[Exercise materials]

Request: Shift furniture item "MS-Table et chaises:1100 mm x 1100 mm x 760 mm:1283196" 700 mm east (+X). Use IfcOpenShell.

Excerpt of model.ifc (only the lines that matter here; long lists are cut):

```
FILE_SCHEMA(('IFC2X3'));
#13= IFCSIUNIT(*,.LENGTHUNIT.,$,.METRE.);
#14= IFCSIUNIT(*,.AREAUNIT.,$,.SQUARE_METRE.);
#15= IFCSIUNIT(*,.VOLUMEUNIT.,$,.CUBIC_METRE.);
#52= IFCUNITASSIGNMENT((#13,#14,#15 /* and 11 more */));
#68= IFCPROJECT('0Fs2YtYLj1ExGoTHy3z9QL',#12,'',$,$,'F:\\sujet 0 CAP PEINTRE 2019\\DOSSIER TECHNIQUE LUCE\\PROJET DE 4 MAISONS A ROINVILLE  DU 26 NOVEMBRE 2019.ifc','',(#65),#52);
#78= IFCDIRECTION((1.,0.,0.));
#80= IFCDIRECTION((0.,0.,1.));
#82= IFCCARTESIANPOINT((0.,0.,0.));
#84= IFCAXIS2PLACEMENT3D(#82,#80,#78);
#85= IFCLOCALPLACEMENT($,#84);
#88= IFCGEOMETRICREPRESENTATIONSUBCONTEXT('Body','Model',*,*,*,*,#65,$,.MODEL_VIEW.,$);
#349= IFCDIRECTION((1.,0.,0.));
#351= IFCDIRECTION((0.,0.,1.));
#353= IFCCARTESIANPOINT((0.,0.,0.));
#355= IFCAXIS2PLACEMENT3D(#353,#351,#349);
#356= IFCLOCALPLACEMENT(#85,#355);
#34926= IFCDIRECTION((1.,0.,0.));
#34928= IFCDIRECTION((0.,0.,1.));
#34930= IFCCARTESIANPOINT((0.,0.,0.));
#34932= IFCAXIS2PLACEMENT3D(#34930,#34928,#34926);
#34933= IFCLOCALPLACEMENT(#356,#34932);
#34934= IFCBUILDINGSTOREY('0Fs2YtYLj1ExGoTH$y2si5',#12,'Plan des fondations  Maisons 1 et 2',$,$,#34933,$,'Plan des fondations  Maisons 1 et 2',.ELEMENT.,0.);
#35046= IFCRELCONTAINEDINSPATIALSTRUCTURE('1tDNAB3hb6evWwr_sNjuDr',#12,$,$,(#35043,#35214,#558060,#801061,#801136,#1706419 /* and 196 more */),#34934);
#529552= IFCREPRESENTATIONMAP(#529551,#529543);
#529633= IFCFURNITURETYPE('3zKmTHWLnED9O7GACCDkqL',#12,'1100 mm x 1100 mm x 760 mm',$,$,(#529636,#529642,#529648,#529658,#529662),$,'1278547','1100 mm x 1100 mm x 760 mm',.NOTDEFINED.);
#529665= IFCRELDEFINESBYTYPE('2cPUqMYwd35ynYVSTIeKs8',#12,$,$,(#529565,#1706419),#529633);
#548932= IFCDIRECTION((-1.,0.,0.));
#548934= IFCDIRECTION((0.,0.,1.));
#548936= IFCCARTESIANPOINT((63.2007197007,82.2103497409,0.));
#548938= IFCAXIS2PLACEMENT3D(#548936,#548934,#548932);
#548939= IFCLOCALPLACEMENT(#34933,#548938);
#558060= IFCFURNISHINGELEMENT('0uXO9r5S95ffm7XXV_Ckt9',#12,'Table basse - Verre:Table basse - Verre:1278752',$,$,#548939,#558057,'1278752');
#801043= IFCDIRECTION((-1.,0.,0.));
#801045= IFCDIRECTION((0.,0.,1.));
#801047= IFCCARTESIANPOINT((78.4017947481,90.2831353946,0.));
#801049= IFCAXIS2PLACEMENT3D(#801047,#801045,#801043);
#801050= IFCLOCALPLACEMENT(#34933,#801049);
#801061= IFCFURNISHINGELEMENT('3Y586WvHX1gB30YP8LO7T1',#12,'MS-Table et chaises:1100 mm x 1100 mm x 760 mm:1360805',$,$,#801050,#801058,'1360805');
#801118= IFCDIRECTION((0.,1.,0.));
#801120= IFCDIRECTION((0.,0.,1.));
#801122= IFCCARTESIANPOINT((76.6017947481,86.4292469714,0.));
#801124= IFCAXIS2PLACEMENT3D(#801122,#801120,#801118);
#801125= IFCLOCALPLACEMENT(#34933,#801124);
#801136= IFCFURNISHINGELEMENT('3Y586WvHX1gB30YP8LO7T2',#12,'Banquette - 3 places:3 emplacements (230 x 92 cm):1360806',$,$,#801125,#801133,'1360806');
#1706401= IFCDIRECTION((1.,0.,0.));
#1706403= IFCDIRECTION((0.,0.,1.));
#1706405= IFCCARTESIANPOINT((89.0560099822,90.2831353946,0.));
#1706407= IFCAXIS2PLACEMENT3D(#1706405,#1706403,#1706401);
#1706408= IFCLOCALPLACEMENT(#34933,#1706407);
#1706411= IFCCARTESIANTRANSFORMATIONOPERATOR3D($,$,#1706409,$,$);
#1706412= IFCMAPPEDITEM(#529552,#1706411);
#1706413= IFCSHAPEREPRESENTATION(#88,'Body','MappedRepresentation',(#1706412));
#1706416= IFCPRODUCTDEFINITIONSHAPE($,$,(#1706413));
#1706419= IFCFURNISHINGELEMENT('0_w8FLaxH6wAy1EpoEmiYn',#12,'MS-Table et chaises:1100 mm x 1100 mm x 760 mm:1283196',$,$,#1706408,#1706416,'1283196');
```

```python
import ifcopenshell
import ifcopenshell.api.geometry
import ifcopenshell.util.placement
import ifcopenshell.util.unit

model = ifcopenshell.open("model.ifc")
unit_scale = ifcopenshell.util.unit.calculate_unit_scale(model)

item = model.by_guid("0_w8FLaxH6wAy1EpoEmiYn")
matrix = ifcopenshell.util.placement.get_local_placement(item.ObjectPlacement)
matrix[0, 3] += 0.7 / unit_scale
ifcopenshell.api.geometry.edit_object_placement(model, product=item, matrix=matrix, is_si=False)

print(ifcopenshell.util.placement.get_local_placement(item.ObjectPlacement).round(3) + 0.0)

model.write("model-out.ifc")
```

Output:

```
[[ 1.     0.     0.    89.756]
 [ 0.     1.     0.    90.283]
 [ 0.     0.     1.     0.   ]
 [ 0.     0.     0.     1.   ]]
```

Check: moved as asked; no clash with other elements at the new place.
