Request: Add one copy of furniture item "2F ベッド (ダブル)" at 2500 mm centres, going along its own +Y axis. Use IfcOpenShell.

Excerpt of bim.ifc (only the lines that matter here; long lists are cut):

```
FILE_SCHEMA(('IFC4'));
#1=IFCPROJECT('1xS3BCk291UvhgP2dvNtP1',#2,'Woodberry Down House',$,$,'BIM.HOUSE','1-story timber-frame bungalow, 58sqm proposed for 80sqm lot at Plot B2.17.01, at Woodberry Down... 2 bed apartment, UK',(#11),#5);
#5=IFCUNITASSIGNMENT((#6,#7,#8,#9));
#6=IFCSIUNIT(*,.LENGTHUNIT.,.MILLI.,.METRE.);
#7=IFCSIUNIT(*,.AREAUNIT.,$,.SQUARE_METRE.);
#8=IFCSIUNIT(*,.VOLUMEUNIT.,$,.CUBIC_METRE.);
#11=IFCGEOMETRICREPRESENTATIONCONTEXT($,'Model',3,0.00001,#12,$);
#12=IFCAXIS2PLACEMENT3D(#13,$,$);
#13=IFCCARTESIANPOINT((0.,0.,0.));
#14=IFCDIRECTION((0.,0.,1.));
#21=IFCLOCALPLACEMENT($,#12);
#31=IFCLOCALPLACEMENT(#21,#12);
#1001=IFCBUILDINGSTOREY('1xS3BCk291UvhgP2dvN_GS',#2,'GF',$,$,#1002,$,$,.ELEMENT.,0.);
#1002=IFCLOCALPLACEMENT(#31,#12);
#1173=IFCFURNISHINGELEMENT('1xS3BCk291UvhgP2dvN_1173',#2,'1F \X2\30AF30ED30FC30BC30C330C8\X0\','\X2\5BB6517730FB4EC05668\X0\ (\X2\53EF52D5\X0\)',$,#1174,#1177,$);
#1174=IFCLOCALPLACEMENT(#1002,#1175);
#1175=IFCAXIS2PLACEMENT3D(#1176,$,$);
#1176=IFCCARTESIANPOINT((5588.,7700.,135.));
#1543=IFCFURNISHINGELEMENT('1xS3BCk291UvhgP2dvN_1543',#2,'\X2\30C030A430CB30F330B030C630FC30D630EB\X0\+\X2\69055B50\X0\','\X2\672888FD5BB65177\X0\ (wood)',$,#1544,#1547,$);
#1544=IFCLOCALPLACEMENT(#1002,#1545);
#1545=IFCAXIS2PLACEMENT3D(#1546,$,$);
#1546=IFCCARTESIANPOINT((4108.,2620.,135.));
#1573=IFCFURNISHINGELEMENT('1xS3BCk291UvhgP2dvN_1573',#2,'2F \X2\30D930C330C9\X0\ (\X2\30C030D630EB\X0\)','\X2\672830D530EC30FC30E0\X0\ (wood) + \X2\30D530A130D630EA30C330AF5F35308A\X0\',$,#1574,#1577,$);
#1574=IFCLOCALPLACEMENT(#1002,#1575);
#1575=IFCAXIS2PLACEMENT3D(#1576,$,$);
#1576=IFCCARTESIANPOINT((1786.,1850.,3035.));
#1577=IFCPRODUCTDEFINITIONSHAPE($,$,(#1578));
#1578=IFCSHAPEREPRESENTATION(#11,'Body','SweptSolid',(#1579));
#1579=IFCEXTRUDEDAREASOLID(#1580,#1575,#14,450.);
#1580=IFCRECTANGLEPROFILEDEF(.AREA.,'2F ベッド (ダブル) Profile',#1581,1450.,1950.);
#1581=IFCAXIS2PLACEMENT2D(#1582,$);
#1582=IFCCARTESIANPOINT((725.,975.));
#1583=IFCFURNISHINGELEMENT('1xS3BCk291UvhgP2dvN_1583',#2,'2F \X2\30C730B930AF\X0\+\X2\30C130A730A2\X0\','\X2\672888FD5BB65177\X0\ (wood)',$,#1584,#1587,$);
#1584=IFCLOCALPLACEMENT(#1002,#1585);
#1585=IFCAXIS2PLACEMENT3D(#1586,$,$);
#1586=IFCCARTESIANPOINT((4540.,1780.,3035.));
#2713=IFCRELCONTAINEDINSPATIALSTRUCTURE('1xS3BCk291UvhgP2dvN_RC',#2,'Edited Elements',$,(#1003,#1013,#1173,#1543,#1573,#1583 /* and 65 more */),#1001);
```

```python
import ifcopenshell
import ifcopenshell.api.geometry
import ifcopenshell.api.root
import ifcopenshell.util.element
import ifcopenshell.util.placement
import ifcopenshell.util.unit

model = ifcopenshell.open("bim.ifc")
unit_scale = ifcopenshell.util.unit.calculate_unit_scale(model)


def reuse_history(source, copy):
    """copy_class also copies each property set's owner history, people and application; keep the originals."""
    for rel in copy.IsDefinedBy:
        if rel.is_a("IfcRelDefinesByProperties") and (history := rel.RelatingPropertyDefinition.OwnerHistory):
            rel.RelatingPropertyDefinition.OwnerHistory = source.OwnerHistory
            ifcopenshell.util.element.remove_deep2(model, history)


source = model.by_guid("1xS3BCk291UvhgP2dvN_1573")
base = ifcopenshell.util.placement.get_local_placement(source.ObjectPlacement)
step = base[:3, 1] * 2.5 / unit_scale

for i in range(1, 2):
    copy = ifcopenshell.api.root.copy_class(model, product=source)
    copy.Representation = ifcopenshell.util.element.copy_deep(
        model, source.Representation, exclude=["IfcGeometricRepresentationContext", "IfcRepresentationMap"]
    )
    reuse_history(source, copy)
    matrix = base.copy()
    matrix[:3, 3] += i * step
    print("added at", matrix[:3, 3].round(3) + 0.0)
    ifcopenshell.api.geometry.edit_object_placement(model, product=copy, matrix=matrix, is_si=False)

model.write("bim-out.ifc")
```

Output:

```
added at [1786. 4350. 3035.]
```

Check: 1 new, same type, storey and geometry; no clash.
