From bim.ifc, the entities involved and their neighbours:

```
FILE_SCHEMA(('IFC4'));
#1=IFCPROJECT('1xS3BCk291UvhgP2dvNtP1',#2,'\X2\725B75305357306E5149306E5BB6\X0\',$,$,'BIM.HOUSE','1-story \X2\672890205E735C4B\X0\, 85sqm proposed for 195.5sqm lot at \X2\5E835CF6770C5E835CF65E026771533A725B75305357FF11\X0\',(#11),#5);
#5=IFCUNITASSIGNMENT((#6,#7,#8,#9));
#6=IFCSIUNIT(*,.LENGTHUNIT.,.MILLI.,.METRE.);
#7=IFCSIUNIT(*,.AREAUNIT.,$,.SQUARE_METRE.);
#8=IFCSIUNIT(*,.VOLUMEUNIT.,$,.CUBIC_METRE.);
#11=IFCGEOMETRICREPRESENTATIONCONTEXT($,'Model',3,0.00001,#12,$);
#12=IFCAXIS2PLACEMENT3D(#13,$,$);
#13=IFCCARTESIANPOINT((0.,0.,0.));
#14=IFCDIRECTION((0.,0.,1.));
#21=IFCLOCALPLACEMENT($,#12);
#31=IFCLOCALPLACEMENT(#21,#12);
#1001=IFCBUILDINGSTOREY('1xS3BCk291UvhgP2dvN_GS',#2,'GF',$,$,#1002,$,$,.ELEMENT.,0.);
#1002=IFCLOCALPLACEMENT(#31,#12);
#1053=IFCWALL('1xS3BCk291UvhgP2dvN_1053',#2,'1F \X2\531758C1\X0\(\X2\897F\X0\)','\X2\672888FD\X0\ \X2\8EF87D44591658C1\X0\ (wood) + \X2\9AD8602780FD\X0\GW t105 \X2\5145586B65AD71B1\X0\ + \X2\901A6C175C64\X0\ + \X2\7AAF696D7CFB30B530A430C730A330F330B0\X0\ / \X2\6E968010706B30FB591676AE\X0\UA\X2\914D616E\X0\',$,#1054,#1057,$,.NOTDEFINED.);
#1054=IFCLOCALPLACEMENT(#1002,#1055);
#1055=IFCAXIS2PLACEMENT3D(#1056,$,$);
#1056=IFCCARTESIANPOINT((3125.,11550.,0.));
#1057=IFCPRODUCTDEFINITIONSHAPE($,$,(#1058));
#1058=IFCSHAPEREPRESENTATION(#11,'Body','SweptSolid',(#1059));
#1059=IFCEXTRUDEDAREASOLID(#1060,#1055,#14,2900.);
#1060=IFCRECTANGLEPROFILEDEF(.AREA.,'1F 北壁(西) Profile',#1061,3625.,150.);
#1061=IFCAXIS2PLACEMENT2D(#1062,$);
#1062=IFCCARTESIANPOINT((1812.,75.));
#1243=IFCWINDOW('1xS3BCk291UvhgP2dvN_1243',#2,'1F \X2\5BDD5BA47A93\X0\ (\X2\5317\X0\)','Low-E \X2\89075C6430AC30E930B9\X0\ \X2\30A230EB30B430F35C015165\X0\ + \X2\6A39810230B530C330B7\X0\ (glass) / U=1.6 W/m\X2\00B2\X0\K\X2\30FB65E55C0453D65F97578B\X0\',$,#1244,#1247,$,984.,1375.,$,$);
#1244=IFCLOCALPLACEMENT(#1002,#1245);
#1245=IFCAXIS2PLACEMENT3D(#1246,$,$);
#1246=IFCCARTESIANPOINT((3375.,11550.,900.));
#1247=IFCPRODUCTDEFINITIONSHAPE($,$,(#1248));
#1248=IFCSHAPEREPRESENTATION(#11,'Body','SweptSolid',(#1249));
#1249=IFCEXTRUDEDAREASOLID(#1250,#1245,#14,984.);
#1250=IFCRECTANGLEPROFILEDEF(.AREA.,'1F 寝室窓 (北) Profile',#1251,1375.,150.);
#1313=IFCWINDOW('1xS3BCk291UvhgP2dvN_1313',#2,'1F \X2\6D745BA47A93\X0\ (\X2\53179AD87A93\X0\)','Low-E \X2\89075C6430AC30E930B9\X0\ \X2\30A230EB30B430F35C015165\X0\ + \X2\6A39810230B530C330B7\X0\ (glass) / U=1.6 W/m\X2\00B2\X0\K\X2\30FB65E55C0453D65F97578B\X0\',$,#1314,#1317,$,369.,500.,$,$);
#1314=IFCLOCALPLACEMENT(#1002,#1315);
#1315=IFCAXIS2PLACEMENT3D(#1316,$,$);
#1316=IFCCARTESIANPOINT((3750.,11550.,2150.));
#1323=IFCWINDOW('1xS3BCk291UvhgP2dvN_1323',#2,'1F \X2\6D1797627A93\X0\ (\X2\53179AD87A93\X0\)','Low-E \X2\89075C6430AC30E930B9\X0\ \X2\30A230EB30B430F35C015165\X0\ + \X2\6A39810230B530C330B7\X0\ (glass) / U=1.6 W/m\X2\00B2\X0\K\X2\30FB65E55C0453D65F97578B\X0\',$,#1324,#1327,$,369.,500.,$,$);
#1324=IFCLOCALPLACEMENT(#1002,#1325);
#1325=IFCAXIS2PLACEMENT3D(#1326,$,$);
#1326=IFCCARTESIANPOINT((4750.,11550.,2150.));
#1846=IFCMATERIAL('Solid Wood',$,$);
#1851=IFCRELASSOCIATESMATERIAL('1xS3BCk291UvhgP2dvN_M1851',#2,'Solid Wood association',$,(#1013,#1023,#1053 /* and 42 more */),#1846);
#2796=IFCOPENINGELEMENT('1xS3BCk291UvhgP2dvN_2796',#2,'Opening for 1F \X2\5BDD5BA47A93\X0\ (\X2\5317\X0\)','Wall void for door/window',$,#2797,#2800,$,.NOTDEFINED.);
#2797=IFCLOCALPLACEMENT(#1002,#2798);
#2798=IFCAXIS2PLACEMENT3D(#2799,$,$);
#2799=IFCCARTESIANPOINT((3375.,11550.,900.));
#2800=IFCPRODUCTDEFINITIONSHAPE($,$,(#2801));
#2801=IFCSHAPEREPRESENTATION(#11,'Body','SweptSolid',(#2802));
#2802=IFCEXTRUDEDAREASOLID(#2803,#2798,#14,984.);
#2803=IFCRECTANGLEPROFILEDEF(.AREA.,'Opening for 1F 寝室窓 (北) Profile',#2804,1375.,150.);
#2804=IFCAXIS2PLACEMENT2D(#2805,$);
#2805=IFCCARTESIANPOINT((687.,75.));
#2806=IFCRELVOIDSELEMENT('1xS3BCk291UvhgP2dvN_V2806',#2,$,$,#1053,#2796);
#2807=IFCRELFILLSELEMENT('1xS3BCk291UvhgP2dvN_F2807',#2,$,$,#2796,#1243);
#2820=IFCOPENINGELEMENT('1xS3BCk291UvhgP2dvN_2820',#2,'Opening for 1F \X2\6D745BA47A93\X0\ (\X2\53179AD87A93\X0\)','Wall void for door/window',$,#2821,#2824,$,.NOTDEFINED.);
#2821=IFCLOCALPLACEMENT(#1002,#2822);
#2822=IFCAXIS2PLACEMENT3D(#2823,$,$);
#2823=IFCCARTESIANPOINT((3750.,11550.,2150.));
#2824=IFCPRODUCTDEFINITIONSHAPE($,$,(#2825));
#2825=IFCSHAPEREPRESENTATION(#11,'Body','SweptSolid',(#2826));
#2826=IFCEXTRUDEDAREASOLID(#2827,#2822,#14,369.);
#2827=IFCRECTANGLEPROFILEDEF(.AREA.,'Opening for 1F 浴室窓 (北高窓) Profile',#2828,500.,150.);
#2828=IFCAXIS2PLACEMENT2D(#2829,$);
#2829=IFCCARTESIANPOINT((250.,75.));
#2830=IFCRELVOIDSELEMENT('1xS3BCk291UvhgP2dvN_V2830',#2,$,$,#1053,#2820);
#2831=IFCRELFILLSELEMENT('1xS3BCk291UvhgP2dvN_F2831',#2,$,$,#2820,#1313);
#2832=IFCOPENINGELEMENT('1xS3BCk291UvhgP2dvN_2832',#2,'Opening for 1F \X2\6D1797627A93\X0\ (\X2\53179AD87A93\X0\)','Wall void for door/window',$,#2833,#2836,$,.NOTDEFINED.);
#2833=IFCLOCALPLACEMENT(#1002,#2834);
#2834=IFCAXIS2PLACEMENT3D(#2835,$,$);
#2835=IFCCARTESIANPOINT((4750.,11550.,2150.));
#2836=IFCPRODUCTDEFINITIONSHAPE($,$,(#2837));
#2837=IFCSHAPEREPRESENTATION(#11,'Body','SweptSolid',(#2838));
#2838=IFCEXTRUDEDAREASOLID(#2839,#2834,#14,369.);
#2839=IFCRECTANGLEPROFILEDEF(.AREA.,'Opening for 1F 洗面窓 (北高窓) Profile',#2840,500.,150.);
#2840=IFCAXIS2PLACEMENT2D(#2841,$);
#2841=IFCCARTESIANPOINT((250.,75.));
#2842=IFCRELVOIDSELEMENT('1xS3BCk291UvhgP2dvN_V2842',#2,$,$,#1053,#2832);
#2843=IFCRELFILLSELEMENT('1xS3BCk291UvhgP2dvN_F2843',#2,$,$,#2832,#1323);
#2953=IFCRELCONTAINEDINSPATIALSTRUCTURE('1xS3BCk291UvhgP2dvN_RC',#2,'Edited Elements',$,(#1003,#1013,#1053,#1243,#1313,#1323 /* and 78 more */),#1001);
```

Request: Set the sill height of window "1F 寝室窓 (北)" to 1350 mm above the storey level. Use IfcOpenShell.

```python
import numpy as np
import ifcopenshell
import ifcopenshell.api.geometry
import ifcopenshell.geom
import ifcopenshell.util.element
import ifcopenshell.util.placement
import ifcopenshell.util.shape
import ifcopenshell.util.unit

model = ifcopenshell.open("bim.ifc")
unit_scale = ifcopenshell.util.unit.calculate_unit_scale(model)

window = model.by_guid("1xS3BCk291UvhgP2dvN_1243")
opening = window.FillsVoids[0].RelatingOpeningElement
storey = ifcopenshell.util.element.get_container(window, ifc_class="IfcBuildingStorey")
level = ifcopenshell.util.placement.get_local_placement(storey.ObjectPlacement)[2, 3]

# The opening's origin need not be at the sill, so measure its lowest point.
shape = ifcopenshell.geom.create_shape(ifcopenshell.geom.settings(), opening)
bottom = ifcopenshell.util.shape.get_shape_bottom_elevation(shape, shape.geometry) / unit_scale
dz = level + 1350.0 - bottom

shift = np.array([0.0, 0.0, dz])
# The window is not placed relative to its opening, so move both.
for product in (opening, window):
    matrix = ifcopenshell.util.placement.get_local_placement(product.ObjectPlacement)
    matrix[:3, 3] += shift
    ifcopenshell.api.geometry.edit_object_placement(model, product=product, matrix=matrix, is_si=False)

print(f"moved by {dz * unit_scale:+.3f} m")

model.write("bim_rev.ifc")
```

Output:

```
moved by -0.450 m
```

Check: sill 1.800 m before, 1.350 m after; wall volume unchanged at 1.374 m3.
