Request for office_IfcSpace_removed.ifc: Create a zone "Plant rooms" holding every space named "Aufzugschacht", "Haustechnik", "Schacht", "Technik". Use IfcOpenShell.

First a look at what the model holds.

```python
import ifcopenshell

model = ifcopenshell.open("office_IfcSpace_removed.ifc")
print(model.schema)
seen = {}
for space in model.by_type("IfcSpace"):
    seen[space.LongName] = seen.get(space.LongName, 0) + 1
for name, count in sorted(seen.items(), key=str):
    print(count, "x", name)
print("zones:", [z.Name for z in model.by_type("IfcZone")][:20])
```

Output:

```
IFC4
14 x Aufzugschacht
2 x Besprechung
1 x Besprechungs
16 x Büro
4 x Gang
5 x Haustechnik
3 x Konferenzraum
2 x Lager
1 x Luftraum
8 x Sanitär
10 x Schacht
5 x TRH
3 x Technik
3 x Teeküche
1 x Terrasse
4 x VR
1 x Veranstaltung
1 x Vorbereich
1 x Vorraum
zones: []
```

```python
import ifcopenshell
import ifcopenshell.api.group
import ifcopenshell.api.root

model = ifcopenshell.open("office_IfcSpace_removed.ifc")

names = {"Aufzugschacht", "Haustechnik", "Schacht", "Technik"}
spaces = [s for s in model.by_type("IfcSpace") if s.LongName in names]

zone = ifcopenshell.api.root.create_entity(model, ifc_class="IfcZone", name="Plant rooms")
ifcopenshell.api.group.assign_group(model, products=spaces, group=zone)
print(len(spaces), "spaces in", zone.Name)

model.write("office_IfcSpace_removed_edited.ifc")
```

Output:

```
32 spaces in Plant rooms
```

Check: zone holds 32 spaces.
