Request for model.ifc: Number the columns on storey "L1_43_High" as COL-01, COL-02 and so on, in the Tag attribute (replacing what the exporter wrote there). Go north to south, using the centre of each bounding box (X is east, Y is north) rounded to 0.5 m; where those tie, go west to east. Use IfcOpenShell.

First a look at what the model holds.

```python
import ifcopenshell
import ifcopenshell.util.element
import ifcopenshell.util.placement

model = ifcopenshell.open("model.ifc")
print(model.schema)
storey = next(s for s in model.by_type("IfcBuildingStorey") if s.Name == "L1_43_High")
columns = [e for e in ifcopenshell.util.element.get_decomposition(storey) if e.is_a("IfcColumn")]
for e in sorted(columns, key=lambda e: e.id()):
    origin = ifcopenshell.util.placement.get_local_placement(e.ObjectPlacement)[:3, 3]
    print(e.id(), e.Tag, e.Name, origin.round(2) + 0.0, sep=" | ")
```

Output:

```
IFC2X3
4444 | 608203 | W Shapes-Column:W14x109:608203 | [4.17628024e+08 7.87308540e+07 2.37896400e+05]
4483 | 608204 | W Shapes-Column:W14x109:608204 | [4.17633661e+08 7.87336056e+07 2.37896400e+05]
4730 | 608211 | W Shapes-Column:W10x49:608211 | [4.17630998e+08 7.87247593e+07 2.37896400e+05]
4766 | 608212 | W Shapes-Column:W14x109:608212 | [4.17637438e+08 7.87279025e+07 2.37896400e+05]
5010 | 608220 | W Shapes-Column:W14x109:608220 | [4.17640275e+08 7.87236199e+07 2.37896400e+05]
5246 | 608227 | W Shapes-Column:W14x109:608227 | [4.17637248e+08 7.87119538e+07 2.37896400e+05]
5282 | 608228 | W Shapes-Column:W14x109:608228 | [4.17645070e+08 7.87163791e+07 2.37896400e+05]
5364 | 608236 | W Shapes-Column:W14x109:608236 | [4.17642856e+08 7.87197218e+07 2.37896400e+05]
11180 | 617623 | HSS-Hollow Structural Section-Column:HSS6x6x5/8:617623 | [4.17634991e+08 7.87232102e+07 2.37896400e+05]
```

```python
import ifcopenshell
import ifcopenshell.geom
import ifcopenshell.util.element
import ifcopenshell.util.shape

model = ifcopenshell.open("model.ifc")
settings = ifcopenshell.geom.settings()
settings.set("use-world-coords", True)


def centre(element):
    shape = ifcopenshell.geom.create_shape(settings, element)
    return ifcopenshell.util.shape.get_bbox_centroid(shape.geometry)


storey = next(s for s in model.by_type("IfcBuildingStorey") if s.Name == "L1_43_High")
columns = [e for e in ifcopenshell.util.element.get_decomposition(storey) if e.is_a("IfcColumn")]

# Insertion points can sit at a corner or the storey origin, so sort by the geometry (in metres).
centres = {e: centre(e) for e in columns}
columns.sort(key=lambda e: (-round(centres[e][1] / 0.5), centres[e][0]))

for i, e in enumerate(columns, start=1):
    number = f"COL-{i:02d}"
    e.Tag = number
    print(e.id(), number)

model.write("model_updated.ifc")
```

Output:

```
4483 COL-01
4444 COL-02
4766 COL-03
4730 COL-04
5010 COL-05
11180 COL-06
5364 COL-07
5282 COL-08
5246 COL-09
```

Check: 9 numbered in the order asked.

[/Exercise materials]

Task to complete:
Search the records for the word "glass", then list every line that has it.

Answer to this task:
#1243=IFCWINDOW('1xS3BCk291UvhgP2dvN_1243',#2,'1F \X2\5BDD5BA47A93\X0\ (\X2\5317\X0\)','Low-E \X2\89075C6430AC30E930B9\X0\ \X2\30A230EB30B430F35C015165\X0\ + \X2\6A39810230B530C330B7\X0\ (glass) / U=1.6 W/m\X2\00B2\X0\K\X2\30FB65E55C0453D65F97578B\X0\',$,#1244,#1247,$,984.,1375.,$,$);
#1313=IFCWINDOW('1xS3BCk291UvhgP2dvN_1313',#2,'1F \X2\6D745BA47A93\X0\ (\X2\53179AD87A93\X0\)','Low-E \X2\89075C6430AC30E930B9\X0\ \X2\30A230EB30B430F35C015165\X0\ + \X2\6A39810230B530C330B7\X0\ (glass) / U=1.6 W/m\X2\00B2\X0\K\X2\30FB65E55C0453D65F97578B\X0\',$,#1314,#1317,$,369.,500.,$,$);
#1323=IFCWINDOW('1xS3BCk291UvhgP2dvN_1323',#2,'1F \X2\6D1797627A93\X0\ (\X2\53179AD87A93\X0\)','Low-E \X2\89075C6430AC30E930B9\X0\ \X2\30A230EB30B430F35C015165\X0\ + \X2\6A39810230B530C330B7\X0\ (glass) / U=1.6 W/m\X2\00B2\X0\K\X2\30FB65E55C0453D65F97578B\X0\',$,#1324,#1327,$,369.,500.,$,$);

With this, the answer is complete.